Alaska Artist Jill Richie on Creativity that Contributes to Collective Action

Jill Richie is a Fairbanks, Alaska-based plein air painter and archaeologist who uses watercolors as a tool for observation, recreation, and education. She sent in a submission last spring before we hit a big pause button in order to redesign our website, but it feels fitting to be sharing her winter landscape paintings and close-up ice studies now, when there’s a nip in the air and winter’s first snow is still accumulating outside my window. 

In recent years, art has been a humbling way for Jill to redefine her relationship with natural and cultural environments, and she’s continuing to learn how it can be a catalyst for reciprocity.

Part of this redefinition was that new parenthood called Jill to seek out a creative outlet that she could take with her (and her baby) outdoors. But more broadly, art and Jill’s creative exploration of human connection with environments—both past and present—also shapes her lifestyle as an outdoor enthusiast, advocate, and her career as an archaeologist. 

She says, “My art is grounded in place-based watercolors and I thrive on painting en plein air. Whether I’m in the backyard or the backcountry, I take note of my surroundings in sketchbooks. This creative process is a form of being in conversation with the environment and can be a tool to protect it.”

Let’s get to know Jill better through her work, and in more of her own words.


Jill Richie on painting as her creative outlet in new parenthood, continual learning, and collective action.

I grew up in Alaska and currently live in Fairbanks, the traditional lands of the Dene people of the lower Tanana River, with my husband Mat, a wildlife biologist, and our two young daughters, one human, one husky. I consider myself to be a community-taught artist supported by imaginative family and friends, encouraged by makers near and far, and buoyed by techniques that evolve (or don’t!) each time I create. Growing up in Alaska, nature was an ever-present companion.

Plein air painting became my creative outlet when I entered parenthood in 2019. Eager to maintain outdoor hobbies and friendships, with a body in recovery and a baby in tow, my watercolor kit became as essential as the diaper bag when I’d head out the door.

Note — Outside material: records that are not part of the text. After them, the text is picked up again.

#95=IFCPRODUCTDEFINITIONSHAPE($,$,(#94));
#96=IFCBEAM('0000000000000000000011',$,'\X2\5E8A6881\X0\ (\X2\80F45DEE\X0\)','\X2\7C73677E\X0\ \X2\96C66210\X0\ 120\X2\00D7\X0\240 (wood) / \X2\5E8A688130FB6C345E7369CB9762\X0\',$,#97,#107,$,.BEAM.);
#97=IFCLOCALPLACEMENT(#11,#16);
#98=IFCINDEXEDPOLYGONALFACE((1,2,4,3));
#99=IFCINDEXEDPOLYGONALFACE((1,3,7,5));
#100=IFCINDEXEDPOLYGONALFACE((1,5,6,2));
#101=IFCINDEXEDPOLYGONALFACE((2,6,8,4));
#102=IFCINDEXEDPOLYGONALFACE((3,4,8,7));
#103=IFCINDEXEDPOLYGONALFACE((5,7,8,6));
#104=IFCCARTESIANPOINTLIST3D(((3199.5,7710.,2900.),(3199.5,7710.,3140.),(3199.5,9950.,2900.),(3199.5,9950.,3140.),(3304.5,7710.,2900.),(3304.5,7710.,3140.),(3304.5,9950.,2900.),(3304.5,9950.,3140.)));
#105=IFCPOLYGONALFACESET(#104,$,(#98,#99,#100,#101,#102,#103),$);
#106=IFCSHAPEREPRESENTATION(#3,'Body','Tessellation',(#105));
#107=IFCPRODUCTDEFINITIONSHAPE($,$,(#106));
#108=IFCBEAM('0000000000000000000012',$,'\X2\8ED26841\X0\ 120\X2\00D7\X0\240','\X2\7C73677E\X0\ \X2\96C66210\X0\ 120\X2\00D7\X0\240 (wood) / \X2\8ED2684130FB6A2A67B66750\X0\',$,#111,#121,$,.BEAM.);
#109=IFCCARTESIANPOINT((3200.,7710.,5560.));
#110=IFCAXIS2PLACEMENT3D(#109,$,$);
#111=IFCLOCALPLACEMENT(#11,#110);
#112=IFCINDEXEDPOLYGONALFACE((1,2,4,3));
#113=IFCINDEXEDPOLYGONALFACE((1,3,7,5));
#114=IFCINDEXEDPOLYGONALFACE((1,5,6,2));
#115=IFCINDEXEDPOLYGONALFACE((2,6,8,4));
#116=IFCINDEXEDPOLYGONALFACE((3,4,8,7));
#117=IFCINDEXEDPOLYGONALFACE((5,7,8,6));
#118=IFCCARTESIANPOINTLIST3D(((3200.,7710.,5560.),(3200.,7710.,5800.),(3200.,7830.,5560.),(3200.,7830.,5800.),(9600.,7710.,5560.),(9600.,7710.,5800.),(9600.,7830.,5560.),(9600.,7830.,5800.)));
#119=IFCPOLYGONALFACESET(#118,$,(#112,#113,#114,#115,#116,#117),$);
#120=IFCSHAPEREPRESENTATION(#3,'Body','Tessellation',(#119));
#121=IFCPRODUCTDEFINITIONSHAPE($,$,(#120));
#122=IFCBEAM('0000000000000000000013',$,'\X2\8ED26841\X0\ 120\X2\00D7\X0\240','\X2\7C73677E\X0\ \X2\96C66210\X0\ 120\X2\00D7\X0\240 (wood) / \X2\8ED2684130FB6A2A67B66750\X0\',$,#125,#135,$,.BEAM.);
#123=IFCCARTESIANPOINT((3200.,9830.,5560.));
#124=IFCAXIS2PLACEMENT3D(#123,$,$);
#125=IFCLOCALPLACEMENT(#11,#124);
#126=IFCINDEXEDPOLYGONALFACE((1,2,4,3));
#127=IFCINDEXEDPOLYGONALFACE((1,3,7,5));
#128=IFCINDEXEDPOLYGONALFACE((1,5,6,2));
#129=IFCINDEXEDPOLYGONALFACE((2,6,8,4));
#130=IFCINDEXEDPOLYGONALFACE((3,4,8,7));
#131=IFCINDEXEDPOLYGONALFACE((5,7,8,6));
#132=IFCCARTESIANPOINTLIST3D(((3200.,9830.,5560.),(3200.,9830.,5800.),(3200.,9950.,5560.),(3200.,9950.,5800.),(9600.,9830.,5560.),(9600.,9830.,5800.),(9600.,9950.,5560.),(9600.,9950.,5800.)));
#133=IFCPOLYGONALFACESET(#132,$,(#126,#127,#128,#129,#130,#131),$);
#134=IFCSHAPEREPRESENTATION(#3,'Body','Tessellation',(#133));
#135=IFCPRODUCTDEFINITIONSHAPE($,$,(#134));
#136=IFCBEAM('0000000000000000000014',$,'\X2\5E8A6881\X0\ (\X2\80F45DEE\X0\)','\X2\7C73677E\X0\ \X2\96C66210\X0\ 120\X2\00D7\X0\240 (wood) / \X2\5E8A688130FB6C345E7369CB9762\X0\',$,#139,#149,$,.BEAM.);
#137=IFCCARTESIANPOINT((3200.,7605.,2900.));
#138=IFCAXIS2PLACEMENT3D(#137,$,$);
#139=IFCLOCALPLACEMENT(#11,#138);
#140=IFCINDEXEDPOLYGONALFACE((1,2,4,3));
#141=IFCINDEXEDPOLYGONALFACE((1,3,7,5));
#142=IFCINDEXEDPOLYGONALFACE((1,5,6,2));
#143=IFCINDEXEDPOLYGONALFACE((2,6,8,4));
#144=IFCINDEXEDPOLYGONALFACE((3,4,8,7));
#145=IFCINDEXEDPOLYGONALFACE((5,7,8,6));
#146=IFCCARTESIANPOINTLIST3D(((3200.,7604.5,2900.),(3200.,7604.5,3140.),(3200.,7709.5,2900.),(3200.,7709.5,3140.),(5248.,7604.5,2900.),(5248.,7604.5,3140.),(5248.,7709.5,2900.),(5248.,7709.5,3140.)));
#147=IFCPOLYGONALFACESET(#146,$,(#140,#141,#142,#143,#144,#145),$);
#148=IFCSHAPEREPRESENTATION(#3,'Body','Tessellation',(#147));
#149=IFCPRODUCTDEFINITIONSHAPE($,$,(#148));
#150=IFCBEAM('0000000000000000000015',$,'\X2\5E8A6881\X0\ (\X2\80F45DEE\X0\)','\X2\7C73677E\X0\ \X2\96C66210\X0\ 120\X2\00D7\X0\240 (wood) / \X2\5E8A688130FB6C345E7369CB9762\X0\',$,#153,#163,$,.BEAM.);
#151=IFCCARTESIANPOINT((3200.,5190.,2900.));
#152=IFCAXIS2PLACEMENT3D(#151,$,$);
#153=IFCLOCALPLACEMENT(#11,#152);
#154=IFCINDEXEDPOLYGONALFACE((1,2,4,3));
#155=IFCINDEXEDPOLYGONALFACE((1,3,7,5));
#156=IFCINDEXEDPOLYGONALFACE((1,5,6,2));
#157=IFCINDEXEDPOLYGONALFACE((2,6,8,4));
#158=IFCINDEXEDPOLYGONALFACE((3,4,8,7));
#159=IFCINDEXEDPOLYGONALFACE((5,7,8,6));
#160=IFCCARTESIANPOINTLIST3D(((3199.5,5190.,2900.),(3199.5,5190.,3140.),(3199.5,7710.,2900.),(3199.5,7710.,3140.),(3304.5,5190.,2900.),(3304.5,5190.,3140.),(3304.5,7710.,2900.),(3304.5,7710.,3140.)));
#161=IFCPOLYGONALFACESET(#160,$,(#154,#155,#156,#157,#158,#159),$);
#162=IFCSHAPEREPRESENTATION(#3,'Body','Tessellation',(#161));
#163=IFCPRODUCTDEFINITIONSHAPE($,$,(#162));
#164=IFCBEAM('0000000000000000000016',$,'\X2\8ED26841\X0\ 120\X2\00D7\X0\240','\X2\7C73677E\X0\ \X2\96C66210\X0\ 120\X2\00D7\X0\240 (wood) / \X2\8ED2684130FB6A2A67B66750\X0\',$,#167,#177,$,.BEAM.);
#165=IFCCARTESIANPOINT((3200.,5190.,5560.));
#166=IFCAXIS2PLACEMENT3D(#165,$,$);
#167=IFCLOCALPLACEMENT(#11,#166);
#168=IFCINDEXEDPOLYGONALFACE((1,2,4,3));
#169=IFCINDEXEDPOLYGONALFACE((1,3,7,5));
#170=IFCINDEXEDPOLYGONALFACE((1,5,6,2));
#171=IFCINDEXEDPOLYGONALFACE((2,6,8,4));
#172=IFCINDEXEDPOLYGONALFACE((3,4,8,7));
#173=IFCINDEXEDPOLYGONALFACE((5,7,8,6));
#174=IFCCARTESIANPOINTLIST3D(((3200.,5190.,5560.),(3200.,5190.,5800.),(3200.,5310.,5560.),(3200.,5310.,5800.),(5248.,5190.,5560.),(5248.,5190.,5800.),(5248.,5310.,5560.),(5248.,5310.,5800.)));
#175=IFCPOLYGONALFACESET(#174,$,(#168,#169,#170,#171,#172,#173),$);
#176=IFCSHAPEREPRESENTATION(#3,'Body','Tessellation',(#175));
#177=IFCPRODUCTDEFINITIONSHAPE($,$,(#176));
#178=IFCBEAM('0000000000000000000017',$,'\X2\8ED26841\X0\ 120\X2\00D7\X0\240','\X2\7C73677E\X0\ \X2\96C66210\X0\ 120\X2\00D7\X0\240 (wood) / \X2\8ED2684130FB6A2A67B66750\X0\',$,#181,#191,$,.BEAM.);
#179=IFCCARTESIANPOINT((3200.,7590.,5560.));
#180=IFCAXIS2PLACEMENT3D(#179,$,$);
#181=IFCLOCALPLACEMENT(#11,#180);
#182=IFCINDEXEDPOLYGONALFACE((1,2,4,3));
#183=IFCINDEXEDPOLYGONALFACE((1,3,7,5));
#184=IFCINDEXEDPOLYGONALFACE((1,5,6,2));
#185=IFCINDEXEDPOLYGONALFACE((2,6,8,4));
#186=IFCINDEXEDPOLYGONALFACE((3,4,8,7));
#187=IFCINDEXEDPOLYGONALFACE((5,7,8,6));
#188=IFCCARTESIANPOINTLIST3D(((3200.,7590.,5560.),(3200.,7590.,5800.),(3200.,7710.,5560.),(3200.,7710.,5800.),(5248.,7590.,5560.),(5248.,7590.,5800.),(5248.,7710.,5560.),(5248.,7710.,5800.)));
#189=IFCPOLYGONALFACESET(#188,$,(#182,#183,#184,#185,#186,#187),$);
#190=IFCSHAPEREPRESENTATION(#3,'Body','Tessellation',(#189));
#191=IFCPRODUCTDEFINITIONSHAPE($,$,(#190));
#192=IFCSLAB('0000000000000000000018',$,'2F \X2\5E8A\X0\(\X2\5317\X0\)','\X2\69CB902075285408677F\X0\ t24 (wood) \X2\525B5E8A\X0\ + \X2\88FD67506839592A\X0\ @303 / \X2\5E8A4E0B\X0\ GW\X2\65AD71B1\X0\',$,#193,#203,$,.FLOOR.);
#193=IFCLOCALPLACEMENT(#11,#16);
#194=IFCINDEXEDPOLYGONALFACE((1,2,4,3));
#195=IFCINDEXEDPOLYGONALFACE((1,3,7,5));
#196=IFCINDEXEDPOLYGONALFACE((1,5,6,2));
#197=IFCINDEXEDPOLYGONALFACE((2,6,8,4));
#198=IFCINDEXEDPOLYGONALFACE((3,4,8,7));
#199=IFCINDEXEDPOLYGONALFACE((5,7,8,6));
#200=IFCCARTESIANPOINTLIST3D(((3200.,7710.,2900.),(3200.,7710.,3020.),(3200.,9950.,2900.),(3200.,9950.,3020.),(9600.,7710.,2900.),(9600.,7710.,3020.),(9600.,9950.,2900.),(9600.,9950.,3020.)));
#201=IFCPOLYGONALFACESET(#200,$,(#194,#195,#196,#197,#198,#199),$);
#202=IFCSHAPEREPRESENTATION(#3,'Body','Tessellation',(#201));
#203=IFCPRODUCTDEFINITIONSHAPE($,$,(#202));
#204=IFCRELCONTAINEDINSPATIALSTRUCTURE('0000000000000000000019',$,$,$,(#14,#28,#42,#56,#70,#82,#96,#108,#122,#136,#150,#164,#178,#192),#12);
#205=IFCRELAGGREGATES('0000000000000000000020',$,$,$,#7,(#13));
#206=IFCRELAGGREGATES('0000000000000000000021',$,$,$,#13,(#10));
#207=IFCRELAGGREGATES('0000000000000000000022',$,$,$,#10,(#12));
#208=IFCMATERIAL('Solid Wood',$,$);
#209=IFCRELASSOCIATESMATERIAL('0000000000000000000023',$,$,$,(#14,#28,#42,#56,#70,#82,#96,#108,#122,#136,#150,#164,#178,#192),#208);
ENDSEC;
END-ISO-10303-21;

Painting, it turned out, was a great thing for me to do while nursing a newborn in the foothills or taking a break on the skin track. I didn’t always make it to the top of every mountain, but these sketches, pauses, and observations laid the foundation for a stable creative practice and a new relationship with nature.

Jill painting while her bundled baby naps next to her.

I believe art encourages an intimate relationship with your subject, whatever it may be. Artists are constantly posed with decisions—how to capture this color, interpret this shape, translate this emotion—but by embedding my artistic practice in the environment, I’m also contending with shifting light, inclement weather, ravenous mosquitoes, and a little 8-month season we call winter.

The more I painted the land on the land, the more curious I grew about details behind the aesthetics. Geomorphology and weather patterns, botany and cultural history occupied my thoughts. When I pause in the landscape instead of only moving through it, I realize how much I have to learn.

Katsi Tlaadi

I’d return home from an outing with tired legs, a sketch or two, and more questions than I’d started with. Building well-rounded knowledge of the places I paint has become one small part of my responsibility—and joy—of being an artist and a steward. These environments are filled with story, knowledge, memory, and opportunity.

While the purpose of many of my sketches are sentimental and experimental, they also have the power to be an act of reciprocity. Art is a form of being in conversation with the environment and can be a tool to protect it.

I’m committed to deepening themes of education and advocacy in my work by seeking opportunities for art to support social and environmental justice initiatives. In the last year, my art has connected me with creatives and Indigenous leaders working to protect the Arctic National Wildlife Refuge from oil and gas development. It has raised funds to support local non-profit organizations. It has encouraged voting and civic engagement. It has coalesced into personal projects like “Alaska Place Names Illustrated” that strengthen my relationship to the land, educate fellow visitors, and honor Indigenous people who have stewarded it for millennia—and continue to do so. I share these examples to remind you—and myself—of the myriad ways that art can contribute to broader causes and collective action. 

Kobuk

In the long term, my goal for my little pictures is to make an impact on the big picture. Tucked carefully into my backpack, each individual painting is humble and seems unlikely to change anything in my household, let alone the world.

But by dusting them off, committing to learning on and off the page, and sharing them with my community—might they inspire a budding artist to create?

Might they help a new parent develop a new passion that fits into their new lifestyle?

Might they be a record of the environment at this point in time?

Might they raise awareness about an issue?

Might they incentivize a commitment to a cause?

Might they be a way to engage in a reciprocal relationship with the land?

Thanks to generations of artists who have shared this path before, I can wholeheartedly answer, “Yes.”